I guess the UEFI problem will eventually be solved, but for some of the more obscure hobby OSes, it may be a long wait.  I don't think  NetBSD has tackled the problem yet, but I'm not sure about that.  FreeBSD and Linux seem to be the choices now.  For a BIOS system, one can always retreat a few years, and try to find a good deal on a liquidation of older boards like the 800 MHz Vortex86DX.  IIRC those boards usually came with an AMI SPI flash BIOS, and I have read somewhere (I think) that they worked with older versions of FreeBSD (7/8).  Also - the power consumption (my main concern) - is about two watts on those older CPUs.
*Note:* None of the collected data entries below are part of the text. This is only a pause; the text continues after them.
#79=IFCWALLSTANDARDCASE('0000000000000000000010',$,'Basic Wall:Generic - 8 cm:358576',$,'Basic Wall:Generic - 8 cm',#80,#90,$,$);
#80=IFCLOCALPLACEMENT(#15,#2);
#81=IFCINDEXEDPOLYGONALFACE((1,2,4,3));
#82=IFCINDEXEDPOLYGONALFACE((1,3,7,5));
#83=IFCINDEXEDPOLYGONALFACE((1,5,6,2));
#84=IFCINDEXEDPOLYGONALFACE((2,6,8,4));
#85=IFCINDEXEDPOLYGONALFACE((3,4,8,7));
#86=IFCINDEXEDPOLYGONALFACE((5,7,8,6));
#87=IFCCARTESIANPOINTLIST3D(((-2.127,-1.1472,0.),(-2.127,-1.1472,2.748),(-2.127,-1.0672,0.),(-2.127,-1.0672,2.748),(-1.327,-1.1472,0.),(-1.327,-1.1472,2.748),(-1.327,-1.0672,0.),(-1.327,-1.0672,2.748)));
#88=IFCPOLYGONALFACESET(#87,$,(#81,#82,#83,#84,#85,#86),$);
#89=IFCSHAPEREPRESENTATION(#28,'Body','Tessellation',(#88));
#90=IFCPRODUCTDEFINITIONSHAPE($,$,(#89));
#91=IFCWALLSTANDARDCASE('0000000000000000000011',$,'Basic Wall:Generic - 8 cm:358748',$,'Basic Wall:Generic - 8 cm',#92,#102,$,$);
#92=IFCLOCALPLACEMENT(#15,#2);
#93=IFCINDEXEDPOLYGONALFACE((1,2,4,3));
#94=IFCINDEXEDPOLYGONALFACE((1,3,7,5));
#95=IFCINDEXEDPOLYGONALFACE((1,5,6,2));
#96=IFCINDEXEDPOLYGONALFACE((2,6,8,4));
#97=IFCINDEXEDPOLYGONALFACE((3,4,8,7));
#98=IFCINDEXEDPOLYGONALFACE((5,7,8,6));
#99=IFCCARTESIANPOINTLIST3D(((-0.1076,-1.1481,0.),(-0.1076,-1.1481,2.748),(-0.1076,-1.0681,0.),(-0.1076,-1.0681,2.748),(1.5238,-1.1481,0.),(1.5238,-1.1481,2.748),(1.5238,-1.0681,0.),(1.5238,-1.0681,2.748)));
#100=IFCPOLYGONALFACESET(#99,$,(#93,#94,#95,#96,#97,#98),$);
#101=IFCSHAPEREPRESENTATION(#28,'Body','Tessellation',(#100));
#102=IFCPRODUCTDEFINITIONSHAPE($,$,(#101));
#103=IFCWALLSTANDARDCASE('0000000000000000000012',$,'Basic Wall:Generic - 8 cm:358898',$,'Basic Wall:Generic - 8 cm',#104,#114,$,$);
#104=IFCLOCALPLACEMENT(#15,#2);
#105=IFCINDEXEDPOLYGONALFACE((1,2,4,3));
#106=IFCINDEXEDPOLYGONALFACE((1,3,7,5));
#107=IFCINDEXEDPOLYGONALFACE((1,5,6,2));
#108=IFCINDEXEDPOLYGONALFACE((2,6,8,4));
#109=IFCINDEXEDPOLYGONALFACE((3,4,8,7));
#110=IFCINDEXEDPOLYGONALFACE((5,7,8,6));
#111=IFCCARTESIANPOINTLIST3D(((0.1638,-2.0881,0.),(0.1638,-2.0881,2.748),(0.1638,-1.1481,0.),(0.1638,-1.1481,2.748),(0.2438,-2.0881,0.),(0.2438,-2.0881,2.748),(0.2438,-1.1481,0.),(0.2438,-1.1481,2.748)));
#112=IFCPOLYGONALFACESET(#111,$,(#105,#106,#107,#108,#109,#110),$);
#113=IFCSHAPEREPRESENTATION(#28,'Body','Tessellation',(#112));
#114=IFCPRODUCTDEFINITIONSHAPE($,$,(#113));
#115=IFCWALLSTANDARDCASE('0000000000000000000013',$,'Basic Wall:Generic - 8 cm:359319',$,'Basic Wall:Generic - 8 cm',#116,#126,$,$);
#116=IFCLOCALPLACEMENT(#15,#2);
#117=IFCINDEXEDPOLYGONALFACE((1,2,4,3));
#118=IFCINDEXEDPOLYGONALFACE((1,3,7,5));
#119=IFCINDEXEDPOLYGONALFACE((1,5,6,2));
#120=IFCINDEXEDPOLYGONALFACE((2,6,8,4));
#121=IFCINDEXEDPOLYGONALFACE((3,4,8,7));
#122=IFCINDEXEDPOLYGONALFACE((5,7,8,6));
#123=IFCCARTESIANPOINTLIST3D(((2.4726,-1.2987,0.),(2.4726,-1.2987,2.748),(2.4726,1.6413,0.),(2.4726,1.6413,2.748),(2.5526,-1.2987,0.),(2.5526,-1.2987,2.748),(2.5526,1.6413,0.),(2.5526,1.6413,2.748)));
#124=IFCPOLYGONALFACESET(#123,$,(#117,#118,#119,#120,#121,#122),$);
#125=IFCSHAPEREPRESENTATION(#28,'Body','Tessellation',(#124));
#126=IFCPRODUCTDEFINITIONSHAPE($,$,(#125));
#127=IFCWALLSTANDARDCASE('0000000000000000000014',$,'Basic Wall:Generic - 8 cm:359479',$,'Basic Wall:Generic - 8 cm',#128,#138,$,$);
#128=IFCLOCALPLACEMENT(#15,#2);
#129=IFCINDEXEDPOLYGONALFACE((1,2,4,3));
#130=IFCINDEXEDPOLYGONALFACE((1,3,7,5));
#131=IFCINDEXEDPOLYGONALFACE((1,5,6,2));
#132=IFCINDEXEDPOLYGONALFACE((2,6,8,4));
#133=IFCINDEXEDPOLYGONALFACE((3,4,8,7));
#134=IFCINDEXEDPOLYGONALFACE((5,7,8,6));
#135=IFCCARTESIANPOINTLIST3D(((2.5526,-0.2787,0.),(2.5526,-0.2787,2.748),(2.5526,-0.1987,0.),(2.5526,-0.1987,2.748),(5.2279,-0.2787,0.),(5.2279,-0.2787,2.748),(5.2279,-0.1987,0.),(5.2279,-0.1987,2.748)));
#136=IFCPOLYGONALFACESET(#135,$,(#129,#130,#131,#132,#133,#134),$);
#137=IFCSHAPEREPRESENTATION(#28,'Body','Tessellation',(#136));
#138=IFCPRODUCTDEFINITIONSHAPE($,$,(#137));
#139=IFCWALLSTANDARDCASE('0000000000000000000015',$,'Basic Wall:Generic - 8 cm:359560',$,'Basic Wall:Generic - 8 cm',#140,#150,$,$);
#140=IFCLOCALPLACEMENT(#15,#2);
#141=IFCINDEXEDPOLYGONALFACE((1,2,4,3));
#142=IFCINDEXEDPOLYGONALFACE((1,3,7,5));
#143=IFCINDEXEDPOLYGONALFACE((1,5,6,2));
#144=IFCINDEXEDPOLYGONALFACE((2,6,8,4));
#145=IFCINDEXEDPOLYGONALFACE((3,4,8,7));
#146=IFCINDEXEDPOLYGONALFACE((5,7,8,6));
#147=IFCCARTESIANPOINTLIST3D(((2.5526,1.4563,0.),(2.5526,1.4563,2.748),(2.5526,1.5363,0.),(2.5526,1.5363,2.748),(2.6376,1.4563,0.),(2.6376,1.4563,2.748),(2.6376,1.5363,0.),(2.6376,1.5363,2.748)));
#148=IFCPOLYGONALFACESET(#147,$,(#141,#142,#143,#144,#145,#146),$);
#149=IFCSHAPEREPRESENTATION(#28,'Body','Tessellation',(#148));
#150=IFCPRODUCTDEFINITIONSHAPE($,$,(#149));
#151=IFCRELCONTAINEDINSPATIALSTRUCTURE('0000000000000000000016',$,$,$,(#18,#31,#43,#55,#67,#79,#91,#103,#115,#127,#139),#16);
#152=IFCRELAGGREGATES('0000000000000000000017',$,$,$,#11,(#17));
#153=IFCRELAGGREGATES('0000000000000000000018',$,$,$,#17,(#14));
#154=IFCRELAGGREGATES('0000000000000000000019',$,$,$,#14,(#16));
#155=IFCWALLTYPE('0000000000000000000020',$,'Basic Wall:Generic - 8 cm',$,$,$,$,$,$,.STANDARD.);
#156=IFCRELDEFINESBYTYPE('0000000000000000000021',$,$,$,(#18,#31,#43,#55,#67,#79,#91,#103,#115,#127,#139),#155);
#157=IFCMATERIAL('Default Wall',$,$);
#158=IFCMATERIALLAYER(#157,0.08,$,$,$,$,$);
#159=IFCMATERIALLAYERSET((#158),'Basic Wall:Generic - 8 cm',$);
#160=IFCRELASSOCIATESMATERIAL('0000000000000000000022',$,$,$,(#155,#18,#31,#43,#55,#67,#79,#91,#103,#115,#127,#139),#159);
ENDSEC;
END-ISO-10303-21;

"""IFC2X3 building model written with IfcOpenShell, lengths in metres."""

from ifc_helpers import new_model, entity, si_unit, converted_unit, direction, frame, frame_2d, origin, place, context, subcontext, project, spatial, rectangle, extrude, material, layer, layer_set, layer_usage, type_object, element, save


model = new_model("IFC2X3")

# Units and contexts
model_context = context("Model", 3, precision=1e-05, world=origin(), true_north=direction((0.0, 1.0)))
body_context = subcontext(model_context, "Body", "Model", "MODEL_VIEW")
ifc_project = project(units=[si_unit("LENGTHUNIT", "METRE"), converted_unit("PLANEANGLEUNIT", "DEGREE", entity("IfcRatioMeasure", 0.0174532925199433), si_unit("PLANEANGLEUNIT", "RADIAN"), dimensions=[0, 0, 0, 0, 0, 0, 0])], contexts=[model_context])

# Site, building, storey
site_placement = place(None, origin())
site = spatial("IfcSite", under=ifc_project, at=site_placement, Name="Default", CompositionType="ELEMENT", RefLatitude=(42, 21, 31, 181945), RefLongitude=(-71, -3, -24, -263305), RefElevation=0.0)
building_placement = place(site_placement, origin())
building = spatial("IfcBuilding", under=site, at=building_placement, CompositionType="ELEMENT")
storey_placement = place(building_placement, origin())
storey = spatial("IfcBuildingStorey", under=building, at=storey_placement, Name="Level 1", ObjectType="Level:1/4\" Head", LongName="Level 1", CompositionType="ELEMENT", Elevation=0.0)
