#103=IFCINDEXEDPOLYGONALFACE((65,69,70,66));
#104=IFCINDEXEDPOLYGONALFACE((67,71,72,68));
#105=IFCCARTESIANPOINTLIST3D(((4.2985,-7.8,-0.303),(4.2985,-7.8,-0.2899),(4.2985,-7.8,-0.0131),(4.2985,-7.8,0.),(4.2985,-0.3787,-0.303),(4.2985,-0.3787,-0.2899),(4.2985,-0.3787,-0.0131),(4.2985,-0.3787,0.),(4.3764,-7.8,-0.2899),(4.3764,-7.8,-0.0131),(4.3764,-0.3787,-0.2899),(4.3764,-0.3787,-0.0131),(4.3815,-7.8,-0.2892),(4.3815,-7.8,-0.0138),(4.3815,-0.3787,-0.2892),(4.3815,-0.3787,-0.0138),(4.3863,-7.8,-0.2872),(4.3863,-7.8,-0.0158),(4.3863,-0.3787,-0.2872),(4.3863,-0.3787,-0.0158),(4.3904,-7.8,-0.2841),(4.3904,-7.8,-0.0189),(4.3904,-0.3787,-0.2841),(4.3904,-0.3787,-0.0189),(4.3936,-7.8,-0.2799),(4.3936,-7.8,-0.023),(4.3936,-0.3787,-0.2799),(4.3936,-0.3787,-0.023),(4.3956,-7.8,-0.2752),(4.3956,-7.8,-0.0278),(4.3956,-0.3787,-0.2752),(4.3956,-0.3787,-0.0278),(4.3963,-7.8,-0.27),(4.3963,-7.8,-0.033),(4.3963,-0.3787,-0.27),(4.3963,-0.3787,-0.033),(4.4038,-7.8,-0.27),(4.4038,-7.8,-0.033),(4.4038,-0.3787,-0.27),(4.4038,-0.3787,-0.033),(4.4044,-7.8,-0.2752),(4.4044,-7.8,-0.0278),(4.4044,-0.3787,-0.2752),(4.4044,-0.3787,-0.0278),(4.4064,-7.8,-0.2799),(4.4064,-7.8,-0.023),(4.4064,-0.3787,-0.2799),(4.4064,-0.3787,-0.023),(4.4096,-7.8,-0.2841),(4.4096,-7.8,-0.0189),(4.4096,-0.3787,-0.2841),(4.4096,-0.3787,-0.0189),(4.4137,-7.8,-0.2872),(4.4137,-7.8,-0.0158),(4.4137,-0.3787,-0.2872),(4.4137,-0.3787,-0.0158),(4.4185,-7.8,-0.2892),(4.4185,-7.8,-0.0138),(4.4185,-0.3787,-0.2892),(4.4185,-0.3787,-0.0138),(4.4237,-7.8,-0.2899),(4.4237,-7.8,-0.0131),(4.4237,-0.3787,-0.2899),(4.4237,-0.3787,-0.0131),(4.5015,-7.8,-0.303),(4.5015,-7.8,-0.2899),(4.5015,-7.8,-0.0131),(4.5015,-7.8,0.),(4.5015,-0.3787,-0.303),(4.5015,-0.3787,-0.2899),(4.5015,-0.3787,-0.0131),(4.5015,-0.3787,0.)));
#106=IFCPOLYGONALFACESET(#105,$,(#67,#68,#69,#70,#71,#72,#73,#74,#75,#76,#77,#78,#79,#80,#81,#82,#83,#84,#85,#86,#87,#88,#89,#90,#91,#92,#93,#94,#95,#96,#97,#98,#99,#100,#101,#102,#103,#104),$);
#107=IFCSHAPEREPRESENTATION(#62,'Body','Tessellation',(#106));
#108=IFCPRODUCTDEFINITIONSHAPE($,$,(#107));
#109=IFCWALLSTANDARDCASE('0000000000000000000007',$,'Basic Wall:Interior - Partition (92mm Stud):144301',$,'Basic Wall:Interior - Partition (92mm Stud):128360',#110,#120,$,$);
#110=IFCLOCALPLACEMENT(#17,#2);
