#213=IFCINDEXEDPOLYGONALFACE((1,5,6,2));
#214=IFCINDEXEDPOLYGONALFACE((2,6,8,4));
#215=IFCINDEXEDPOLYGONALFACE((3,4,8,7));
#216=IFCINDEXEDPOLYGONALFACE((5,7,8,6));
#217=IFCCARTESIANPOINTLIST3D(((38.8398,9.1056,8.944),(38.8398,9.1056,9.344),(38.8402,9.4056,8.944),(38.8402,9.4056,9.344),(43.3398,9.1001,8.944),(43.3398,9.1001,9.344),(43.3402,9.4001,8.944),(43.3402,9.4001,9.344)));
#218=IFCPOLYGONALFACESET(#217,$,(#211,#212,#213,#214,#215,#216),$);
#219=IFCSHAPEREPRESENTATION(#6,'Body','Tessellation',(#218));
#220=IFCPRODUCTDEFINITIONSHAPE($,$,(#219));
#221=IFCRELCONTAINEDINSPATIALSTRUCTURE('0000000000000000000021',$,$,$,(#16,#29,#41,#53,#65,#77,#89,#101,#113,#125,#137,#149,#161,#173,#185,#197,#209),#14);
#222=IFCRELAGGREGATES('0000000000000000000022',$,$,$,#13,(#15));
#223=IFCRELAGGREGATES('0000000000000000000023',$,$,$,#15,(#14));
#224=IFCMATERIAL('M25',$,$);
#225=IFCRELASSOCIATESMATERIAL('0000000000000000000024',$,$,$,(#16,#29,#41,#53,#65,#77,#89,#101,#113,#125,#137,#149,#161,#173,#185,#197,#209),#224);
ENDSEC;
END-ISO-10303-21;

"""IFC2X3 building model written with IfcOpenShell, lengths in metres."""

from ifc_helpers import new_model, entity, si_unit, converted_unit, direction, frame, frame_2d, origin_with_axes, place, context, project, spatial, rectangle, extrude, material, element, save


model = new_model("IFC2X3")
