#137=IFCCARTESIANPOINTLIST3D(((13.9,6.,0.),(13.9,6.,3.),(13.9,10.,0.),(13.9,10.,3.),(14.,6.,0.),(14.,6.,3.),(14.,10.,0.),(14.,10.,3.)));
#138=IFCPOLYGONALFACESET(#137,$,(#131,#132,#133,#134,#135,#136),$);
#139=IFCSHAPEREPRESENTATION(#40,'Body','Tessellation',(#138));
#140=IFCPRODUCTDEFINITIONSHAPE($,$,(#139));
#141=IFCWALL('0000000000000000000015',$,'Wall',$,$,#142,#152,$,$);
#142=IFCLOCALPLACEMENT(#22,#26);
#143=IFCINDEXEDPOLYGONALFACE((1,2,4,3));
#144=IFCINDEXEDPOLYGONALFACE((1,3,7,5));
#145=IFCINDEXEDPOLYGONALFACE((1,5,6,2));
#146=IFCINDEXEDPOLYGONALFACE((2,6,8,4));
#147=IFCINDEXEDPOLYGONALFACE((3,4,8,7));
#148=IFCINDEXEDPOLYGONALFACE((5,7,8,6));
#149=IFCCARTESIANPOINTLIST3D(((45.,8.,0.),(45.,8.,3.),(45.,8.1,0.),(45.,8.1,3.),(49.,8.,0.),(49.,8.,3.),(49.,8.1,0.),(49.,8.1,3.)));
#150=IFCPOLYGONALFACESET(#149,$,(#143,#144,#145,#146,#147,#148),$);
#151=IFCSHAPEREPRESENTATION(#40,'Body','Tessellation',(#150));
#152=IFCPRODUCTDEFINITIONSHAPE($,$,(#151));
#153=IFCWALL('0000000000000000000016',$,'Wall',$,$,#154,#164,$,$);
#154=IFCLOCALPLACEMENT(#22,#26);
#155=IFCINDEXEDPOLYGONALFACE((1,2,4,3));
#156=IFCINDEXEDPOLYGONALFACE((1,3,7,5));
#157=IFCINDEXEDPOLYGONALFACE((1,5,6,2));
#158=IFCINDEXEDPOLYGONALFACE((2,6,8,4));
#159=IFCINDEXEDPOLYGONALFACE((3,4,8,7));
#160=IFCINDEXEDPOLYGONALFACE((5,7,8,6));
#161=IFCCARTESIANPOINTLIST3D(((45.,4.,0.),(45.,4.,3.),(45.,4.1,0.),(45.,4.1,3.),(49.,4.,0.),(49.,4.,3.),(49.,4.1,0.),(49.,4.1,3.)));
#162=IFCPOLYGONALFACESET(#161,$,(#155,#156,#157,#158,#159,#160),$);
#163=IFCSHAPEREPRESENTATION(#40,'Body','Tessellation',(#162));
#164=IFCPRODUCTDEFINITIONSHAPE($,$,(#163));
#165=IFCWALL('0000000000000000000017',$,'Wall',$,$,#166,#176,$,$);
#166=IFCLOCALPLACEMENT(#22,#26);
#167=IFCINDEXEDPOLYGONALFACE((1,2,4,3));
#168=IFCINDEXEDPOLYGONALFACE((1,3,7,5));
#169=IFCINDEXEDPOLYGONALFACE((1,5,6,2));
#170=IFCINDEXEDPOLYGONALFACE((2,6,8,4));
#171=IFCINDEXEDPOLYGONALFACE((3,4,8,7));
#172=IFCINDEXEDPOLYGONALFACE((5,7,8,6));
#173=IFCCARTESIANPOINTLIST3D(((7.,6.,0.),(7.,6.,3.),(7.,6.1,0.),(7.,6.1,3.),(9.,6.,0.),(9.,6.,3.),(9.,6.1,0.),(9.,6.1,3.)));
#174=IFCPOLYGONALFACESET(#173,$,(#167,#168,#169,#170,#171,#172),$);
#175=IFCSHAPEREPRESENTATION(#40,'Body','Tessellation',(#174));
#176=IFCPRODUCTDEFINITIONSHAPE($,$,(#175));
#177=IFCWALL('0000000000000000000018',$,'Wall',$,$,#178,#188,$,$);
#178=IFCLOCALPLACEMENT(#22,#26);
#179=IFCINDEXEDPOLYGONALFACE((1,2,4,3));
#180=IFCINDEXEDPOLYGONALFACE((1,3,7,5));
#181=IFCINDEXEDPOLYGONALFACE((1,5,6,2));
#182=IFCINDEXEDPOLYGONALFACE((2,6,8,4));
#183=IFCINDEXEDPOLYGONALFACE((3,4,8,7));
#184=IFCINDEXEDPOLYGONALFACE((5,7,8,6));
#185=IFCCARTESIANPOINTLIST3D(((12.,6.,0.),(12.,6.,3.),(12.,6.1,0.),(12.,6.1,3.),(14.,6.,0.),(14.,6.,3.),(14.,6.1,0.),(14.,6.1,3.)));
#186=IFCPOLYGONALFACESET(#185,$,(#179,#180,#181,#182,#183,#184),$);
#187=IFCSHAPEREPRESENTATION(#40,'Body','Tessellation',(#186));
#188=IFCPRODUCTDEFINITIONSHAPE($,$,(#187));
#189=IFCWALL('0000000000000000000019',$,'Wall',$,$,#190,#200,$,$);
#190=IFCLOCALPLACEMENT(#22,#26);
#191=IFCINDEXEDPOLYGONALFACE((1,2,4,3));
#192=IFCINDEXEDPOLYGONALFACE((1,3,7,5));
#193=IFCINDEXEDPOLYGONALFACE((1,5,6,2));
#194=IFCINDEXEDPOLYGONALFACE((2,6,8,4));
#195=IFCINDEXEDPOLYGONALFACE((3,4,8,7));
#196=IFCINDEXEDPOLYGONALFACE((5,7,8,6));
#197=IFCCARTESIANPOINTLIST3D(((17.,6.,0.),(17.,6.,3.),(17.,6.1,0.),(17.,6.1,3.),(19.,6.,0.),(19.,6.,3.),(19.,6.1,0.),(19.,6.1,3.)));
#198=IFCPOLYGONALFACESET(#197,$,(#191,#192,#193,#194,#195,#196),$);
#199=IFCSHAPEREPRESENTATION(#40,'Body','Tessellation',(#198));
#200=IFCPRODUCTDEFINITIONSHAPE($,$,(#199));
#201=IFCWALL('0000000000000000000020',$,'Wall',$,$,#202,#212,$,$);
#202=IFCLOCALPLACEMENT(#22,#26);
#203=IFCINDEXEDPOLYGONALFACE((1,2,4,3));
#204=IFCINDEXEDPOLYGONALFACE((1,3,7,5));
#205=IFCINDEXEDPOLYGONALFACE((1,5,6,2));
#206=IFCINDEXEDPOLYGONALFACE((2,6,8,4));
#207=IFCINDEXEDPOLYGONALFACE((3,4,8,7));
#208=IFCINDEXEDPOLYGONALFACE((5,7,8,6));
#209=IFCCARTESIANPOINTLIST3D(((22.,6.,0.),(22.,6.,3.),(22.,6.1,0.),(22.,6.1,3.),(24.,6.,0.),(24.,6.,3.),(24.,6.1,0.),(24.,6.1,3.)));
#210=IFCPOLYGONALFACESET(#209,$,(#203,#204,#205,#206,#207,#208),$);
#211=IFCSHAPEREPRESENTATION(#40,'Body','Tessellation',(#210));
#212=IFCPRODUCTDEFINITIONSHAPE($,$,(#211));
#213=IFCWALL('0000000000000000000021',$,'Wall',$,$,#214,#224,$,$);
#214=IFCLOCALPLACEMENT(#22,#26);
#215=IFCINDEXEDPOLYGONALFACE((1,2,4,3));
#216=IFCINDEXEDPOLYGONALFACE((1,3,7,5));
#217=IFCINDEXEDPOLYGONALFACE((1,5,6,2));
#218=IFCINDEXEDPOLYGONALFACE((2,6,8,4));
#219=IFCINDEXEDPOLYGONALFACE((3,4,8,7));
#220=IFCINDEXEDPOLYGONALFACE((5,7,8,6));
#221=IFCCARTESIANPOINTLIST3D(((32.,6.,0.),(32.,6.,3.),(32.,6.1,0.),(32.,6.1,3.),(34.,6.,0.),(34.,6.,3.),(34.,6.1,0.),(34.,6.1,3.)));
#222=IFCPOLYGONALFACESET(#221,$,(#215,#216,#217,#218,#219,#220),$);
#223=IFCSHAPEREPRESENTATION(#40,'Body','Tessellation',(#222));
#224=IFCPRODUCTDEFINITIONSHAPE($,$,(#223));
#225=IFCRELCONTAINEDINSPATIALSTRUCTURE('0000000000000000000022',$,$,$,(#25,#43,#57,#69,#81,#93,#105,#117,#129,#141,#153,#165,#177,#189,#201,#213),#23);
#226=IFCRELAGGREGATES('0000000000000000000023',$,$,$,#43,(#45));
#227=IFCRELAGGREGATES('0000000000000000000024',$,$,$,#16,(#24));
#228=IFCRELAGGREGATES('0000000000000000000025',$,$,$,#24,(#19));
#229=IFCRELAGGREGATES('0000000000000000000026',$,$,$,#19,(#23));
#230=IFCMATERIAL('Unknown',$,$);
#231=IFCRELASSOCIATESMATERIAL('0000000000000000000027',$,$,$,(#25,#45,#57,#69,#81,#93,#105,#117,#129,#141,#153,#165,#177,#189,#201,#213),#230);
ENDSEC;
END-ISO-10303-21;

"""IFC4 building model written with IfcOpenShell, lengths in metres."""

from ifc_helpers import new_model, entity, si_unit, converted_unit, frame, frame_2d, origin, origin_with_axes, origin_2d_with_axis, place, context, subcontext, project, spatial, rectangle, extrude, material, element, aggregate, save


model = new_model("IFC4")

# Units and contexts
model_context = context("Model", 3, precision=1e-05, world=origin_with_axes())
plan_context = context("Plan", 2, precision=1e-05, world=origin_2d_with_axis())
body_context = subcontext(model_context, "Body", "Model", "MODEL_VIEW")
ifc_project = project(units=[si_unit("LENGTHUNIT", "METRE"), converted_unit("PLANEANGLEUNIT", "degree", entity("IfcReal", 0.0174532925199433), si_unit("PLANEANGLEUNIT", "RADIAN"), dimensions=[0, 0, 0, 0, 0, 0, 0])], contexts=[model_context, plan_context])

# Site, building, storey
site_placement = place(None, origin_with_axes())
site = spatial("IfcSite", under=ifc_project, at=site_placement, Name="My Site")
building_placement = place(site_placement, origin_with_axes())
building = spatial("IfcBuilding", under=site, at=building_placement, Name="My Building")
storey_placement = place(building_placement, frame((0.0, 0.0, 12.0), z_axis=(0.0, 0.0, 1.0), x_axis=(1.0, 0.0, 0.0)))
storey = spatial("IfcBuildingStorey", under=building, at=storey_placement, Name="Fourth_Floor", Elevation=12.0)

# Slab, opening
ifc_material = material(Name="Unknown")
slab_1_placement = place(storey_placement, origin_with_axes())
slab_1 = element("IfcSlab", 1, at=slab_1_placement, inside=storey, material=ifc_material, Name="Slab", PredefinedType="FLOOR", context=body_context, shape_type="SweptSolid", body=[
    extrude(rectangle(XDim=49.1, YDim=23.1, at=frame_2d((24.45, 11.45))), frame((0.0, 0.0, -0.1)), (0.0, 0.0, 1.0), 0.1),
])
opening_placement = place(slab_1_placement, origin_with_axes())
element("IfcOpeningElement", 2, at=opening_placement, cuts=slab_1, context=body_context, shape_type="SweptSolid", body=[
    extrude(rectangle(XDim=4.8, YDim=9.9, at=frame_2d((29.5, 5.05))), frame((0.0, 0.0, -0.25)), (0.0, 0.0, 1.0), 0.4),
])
Edit 10/26: I managed to find a good deal on one of the older (2007) Vortex86DX boards.  It has 1x16 GPIO, three serial ports, three USB2, 1 RS485, LVDS, 1 parallel port, VGA, IDE, i586 BIOS, 512 RAM, 800 MHz, JTAG, audio stereo (in _and_ out),  three wired ethernet ports, and seems to work fine with the FreeBSD-10.2 i386 CD running on a USB/CD/DVD drive.  For some reason, it doesn't yet boot on a stick, but haven't played too much with it yet.  The power supply is a 5V, 2A wall wart, which is only a little warm after a half hour.  It's about 6 x 4 inches in size.  The trick now will be to find drivers to work with it (like GPIO) ... probably those have to come from Linux, and ported.  Supposedly it'll run XP, but I'd never do that.

In any case, this one won't be an adornment on the bottom of my junk drawer (voice of experience)!


----------